[Extracted data entries]
Segment Open

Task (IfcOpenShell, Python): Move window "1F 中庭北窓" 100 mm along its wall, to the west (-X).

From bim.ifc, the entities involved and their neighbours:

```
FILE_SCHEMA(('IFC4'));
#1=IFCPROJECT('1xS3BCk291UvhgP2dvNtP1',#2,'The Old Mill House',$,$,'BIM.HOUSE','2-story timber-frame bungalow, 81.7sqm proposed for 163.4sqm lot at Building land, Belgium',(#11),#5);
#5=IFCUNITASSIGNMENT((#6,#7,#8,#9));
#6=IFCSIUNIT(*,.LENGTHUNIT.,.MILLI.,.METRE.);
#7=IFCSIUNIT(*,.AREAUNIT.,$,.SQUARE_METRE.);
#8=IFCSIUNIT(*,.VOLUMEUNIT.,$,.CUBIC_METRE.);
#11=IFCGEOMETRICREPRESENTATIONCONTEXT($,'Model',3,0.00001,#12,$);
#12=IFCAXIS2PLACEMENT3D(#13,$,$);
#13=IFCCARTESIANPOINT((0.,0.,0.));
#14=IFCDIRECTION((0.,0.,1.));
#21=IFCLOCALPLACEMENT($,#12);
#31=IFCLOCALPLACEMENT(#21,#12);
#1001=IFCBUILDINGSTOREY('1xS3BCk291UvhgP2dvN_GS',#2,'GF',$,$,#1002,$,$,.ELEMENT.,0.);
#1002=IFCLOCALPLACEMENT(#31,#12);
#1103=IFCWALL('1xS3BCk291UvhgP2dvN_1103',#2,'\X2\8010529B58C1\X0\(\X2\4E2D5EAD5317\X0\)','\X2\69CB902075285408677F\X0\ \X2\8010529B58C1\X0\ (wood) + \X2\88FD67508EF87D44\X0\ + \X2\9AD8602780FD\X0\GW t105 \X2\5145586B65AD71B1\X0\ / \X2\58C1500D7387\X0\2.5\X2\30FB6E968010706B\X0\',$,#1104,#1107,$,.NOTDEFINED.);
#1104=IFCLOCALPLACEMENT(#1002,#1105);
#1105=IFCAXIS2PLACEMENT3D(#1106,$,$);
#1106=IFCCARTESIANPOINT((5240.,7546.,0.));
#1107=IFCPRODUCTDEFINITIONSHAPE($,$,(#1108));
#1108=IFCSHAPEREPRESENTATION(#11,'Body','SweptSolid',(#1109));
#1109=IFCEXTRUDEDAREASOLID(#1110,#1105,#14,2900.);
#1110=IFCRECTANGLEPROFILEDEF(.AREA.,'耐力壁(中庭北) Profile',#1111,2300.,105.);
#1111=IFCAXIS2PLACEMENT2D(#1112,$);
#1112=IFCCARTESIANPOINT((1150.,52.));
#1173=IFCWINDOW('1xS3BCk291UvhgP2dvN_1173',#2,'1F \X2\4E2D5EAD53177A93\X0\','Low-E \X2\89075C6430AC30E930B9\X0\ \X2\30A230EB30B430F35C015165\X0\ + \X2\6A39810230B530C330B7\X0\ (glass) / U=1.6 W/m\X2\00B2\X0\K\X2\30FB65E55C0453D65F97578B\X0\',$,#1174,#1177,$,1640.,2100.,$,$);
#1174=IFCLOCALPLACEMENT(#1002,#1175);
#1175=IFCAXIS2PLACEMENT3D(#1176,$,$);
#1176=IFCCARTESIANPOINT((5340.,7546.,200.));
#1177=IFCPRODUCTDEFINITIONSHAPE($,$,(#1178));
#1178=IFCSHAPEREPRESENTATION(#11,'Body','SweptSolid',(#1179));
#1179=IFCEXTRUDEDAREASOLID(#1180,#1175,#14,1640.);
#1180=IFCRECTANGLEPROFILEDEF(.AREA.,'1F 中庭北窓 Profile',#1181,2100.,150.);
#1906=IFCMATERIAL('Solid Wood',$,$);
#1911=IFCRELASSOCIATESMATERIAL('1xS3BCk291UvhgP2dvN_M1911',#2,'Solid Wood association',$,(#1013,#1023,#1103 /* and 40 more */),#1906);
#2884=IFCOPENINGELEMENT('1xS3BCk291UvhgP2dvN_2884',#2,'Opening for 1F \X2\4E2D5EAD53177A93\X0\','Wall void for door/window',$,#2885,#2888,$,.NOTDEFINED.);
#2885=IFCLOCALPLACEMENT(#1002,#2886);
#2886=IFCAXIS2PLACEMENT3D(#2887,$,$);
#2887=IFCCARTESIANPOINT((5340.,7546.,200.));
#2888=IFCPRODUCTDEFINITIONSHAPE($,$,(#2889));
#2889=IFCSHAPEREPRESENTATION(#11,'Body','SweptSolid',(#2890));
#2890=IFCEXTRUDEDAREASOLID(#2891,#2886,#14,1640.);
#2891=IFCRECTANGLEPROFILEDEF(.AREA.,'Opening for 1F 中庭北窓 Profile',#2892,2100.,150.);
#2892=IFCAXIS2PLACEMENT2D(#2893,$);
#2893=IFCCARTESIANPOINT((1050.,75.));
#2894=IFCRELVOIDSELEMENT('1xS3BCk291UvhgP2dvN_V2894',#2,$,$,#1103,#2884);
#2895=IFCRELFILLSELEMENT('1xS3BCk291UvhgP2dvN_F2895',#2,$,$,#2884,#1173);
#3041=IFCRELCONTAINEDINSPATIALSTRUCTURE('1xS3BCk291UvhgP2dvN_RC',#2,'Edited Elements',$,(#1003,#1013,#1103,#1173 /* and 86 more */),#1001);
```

```python
import ifcopenshell
import ifcopenshell.api.geometry
import ifcopenshell.util.placement
import ifcopenshell.util.unit

model = ifcopenshell.open("bim.ifc")
unit_scale = ifcopenshell.util.unit.calculate_unit_scale(model)

window = model.by_id(1173)
opening = window.FillsVoids[0].RelatingOpeningElement
wall = opening.VoidsElements[0].RelatingBuildingElement

wall_matrix = ifcopenshell.util.placement.get_local_placement(wall.ObjectPlacement)
shift = wall_matrix[:3, 0] * -0.1 / unit_scale
before = ifcopenshell.util.placement.get_local_placement(window.ObjectPlacement)[:3, 3].copy()

# The window is not placed relative to its opening, so move both.
for product in (opening, window):
    matrix = ifcopenshell.util.placement.get_local_placement(product.ObjectPlacement)
    matrix[:3, 3] += shift
    ifcopenshell.api.geometry.edit_object_placement(model, product=product, matrix=matrix, is_si=False)

after = ifcopenshell.util.placement.get_local_placement(window.ObjectPlacement)[:3, 3]
print("window moved by", (after - before).round(3) + 0.0)

model.write("bim-out.ifc")
```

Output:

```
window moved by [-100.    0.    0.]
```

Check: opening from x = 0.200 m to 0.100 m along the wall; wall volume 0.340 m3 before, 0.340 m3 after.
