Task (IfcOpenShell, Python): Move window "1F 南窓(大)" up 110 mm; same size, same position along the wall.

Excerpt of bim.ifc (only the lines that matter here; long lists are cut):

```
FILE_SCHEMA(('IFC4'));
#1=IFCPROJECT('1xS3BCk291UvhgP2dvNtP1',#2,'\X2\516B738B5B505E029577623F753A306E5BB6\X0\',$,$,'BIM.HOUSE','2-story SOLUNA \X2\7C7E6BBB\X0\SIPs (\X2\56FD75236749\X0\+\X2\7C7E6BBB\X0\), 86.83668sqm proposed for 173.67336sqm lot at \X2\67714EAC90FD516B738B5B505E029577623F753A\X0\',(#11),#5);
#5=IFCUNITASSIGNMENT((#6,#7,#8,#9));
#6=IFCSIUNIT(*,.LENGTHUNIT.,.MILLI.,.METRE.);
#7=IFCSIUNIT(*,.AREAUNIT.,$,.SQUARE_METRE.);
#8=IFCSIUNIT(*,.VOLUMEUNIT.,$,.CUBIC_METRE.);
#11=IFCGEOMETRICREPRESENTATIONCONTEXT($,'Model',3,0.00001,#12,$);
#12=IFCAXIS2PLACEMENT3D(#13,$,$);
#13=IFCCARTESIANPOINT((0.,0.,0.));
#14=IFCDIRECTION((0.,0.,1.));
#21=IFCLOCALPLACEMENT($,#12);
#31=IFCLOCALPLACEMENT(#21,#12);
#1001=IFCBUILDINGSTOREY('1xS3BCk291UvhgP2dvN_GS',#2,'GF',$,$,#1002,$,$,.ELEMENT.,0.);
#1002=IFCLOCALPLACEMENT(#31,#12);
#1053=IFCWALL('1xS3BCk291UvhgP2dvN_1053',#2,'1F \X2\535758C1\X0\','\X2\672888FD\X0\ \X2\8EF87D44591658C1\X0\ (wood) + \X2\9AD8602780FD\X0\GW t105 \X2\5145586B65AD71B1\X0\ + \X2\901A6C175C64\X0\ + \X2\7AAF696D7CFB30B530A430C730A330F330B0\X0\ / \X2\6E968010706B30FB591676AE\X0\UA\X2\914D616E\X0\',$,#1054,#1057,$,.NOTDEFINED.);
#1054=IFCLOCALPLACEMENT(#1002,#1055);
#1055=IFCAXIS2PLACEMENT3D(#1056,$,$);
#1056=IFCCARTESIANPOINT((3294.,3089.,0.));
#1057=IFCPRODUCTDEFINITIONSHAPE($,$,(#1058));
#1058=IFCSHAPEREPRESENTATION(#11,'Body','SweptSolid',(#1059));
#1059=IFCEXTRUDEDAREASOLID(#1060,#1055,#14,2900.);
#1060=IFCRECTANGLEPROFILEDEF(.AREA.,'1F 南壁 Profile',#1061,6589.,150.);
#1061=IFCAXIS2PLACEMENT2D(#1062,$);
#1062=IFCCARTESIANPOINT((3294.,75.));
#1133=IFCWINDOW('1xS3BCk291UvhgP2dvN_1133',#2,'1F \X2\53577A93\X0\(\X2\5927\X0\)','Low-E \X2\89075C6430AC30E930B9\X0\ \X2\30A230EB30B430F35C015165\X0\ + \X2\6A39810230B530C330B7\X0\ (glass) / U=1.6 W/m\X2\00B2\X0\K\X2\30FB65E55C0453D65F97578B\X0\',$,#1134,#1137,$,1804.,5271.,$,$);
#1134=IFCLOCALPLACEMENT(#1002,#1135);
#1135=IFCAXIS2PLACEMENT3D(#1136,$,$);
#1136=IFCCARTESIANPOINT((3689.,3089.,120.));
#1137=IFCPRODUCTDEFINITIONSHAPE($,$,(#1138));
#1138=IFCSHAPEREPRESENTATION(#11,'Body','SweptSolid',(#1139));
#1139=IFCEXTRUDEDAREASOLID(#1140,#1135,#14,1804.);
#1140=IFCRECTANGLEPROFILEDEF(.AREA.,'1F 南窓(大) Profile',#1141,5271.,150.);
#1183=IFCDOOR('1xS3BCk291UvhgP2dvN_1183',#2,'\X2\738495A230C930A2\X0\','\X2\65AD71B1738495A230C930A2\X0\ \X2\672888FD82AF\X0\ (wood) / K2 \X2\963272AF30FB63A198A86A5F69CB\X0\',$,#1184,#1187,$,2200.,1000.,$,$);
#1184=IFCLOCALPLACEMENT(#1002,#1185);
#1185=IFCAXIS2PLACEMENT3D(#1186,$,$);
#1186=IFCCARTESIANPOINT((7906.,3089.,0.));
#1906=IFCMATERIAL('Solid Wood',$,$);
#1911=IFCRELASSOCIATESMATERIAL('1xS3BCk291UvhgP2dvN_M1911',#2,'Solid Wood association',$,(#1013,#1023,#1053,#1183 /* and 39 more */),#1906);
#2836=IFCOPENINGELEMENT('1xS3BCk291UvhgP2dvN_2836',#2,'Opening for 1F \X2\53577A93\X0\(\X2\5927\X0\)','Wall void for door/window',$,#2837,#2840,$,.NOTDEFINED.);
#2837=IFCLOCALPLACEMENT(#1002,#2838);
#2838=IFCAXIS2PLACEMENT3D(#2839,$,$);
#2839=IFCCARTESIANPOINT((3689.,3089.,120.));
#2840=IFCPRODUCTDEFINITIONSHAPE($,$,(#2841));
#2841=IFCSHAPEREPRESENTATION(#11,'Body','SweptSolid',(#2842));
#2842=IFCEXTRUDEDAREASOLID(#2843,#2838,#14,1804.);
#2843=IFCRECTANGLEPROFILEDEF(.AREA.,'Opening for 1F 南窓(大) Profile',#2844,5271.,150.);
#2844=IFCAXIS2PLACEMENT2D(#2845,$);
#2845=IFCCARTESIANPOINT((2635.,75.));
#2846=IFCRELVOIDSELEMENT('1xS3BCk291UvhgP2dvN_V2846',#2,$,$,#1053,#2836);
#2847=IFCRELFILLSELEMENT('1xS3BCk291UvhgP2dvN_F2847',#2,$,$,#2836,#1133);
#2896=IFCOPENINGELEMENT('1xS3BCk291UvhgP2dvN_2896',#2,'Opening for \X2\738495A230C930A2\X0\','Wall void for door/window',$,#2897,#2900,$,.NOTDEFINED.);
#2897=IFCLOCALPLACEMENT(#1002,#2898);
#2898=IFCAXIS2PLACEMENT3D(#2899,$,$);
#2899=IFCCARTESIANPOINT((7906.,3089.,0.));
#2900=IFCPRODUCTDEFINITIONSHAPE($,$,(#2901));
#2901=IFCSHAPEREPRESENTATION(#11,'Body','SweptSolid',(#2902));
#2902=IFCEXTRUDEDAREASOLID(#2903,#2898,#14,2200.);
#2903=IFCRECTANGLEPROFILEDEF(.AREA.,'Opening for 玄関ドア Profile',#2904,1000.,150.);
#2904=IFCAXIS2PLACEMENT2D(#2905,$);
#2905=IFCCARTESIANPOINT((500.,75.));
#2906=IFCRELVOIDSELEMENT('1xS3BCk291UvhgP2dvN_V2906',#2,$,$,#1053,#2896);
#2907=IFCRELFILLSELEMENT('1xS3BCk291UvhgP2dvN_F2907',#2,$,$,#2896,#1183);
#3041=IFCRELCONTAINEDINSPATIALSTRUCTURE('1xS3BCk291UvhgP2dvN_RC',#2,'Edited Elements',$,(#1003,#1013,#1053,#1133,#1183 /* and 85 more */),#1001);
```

```python
import numpy as np
import ifcopenshell
import ifcopenshell.api.geometry
import ifcopenshell.util.placement
import ifcopenshell.util.unit

model = ifcopenshell.open("bim.ifc")
unit_scale = ifcopenshell.util.unit.calculate_unit_scale(model)

window = model.by_guid("1xS3BCk291UvhgP2dvN_1133")
opening = window.FillsVoids[0].RelatingOpeningElement
dz = 0.11 / unit_scale

shift = np.array([0.0, 0.0, dz])
# The window is not placed relative to its opening, so move both.
for product in (opening, window):
    matrix = ifcopenshell.util.placement.get_local_placement(product.ObjectPlacement)
    matrix[:3, 3] += shift
    ifcopenshell.api.geometry.edit_object_placement(model, product=product, matrix=matrix, is_si=False)

print(f"moved by {dz * unit_scale:+.3f} m")

model.write("bim-out.ifc")
```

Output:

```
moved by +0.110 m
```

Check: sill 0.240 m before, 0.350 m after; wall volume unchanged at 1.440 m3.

Segment Closed

YOUR OBJECTIVE
How many lines in the entries above include the string "Task"? Give only the number.

FINAL ANSWER
2